■ PROVIDED MATERIAL

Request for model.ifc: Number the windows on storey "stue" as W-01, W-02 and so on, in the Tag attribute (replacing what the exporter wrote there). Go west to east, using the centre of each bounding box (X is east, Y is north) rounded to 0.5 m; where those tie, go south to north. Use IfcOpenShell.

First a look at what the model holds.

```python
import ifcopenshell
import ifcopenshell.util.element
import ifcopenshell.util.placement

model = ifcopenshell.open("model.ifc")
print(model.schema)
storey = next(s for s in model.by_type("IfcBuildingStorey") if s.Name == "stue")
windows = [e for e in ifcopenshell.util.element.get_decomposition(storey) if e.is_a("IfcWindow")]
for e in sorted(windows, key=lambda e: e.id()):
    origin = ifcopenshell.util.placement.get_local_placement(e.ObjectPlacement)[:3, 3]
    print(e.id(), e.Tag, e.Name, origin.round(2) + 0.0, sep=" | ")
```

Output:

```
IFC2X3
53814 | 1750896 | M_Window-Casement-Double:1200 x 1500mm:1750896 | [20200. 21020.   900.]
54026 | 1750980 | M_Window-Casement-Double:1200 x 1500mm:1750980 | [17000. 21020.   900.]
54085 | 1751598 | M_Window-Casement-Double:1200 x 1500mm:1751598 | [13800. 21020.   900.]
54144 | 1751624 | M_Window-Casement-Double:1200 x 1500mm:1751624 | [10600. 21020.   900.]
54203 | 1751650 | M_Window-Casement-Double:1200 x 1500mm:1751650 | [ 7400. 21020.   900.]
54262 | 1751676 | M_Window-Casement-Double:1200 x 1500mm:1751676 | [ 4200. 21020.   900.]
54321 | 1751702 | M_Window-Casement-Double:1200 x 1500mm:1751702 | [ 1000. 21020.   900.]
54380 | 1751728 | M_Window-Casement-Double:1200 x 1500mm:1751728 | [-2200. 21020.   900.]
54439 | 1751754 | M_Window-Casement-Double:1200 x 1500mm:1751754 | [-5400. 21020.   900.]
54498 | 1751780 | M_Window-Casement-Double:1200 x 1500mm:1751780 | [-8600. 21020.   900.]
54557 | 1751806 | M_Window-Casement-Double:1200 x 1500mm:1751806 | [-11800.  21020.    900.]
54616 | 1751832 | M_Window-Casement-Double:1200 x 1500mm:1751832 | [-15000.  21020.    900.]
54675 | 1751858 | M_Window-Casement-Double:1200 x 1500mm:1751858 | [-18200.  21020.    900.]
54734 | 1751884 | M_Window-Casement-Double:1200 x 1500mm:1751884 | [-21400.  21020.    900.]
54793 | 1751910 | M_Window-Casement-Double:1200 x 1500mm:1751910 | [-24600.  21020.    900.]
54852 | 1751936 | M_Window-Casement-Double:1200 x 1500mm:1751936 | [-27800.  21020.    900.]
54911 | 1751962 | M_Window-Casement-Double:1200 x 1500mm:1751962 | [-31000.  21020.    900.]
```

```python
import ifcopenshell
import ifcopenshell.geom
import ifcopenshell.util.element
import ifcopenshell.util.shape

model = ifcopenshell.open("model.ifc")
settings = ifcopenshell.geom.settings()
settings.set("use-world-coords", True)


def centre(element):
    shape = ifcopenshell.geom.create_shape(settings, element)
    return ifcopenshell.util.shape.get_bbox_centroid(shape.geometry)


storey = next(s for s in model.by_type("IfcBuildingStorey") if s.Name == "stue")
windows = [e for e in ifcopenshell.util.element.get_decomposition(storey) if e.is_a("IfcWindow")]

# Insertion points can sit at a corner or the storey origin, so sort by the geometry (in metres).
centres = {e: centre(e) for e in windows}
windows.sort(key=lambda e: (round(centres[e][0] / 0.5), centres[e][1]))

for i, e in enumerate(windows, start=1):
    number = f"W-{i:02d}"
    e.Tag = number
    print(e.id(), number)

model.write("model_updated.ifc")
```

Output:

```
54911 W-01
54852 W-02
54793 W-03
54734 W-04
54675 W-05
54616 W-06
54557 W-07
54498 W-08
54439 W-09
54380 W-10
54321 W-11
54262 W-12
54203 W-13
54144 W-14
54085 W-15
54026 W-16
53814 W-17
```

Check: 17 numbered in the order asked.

■ TASK REQUIREMENTS
The whole listing is needed again, word for word.

■ ANSWER TO THE EXERCISE
Request for model.ifc: Number the windows on storey "stue" as W-01, W-02 and so on, in the Tag attribute (replacing what the exporter wrote there). Go west to east, using the centre of each bounding box (X is east, Y is north) rounded to 0.5 m; where those tie, go south to north. Use IfcOpenShell.

First a look at what the model holds.

```python
import ifcopenshell
import ifcopenshell.util.element
import ifcopenshell.util.placement

model = ifcopenshell.open("model.ifc")
print(model.schema)
storey = next(s for s in model.by_type("IfcBuildingStorey") if s.Name == "stue")
windows = [e for e in ifcopenshell.util.element.get_decomposition(storey) if e.is_a("IfcWindow")]
for e in sorted(windows, key=lambda e: e.id()):
    origin = ifcopenshell.util.placement.get_local_placement(e.ObjectPlacement)[:3, 3]
    print(e.id(), e.Tag, e.Name, origin.round(2) + 0.0, sep=" | ")
```

Output:

```
IFC2X3
53814 | 1750896 | M_Window-Casement-Double:1200 x 1500mm:1750896 | [20200. 21020.   900.]
54026 | 1750980 | M_Window-Casement-Double:1200 x 1500mm:1750980 | [17000. 21020.   900.]
54085 | 1751598 | M_Window-Casement-Double:1200 x 1500mm:1751598 | [13800. 21020.   900.]
54144 | 1751624 | M_Window-Casement-Double:1200 x 1500mm:1751624 | [10600. 21020.   900.]
54203 | 1751650 | M_Window-Casement-Double:1200 x 1500mm:1751650 | [ 7400. 21020.   900.]
54262 | 1751676 | M_Window-Casement-Double:1200 x 1500mm:1751676 | [ 4200. 21020.   900.]
54321 | 1751702 | M_Window-Casement-Double:1200 x 1500mm:1751702 | [ 1000. 21020.   900.]
54380 | 1751728 | M_Window-Casement-Double:1200 x 1500mm:1751728 | [-2200. 21020.   900.]
54439 | 1751754 | M_Window-Casement-Double:1200 x 1500mm:1751754 | [-5400. 21020.   900.]
54498 | 1751780 | M_Window-Casement-Double:1200 x 1500mm:1751780 | [-8600. 21020.   900.]
54557 | 1751806 | M_Window-Casement-Double:1200 x 1500mm:1751806 | [-11800.  21020.    900.]
54616 | 1751832 | M_Window-Casement-Double:1200 x 1500mm:1751832 | [-15000.  21020.    900.]
54675 | 1751858 | M_Window-Casement-Double:1200 x 1500mm:1751858 | [-18200.  21020.    900.]
54734 | 1751884 | M_Window-Casement-Double:1200 x 1500mm:1751884 | [-21400.  21020.    900.]
54793 | 1751910 | M_Window-Casement-Double:1200 x 1500mm:1751910 | [-24600.  21020.    900.]
54852 | 1751936 | M_Window-Casement-Double:1200 x 1500mm:1751936 | [-27800.  21020.    900.]
54911 | 1751962 | M_Window-Casement-Double:1200 x 1500mm:1751962 | [-31000.  21020.    900.]
```

```python
import ifcopenshell
import ifcopenshell.geom
import ifcopenshell.util.element
import ifcopenshell.util.shape

model = ifcopenshell.open("model.ifc")
settings = ifcopenshell.geom.settings()
settings.set("use-world-coords", True)


def centre(element):
    shape = ifcopenshell.geom.create_shape(settings, element)
    return ifcopenshell.util.shape.get_bbox_centroid(shape.geometry)


storey = next(s for s in model.by_type("IfcBuildingStorey") if s.Name == "stue")
windows = [e for e in ifcopenshell.util.element.get_decomposition(storey) if e.is_a("IfcWindow")]

# Insertion points can sit at a corner or the storey origin, so sort by the geometry (in metres).
centres = {e: centre(e) for e in windows}
windows.sort(key=lambda e: (round(centres[e][0] / 0.5), centres[e][1]))

for i, e in enumerate(windows, start=1):
    number = f"W-{i:02d}"
    e.Tag = number
    print(e.id(), number)

model.write("model_updated.ifc")
```

Output:

```
54911 W-01
54852 W-02
54793 W-03
54734 W-04
54675 W-05
54616 W-06
54557 W-07
54498 W-08
54439 W-09
54380 W-10
54321 W-11
54262 W-12
54203 W-13
54144 W-14
54085 W-15
54026 W-16
53814 W-17
```

Check: 17 numbered in the order asked.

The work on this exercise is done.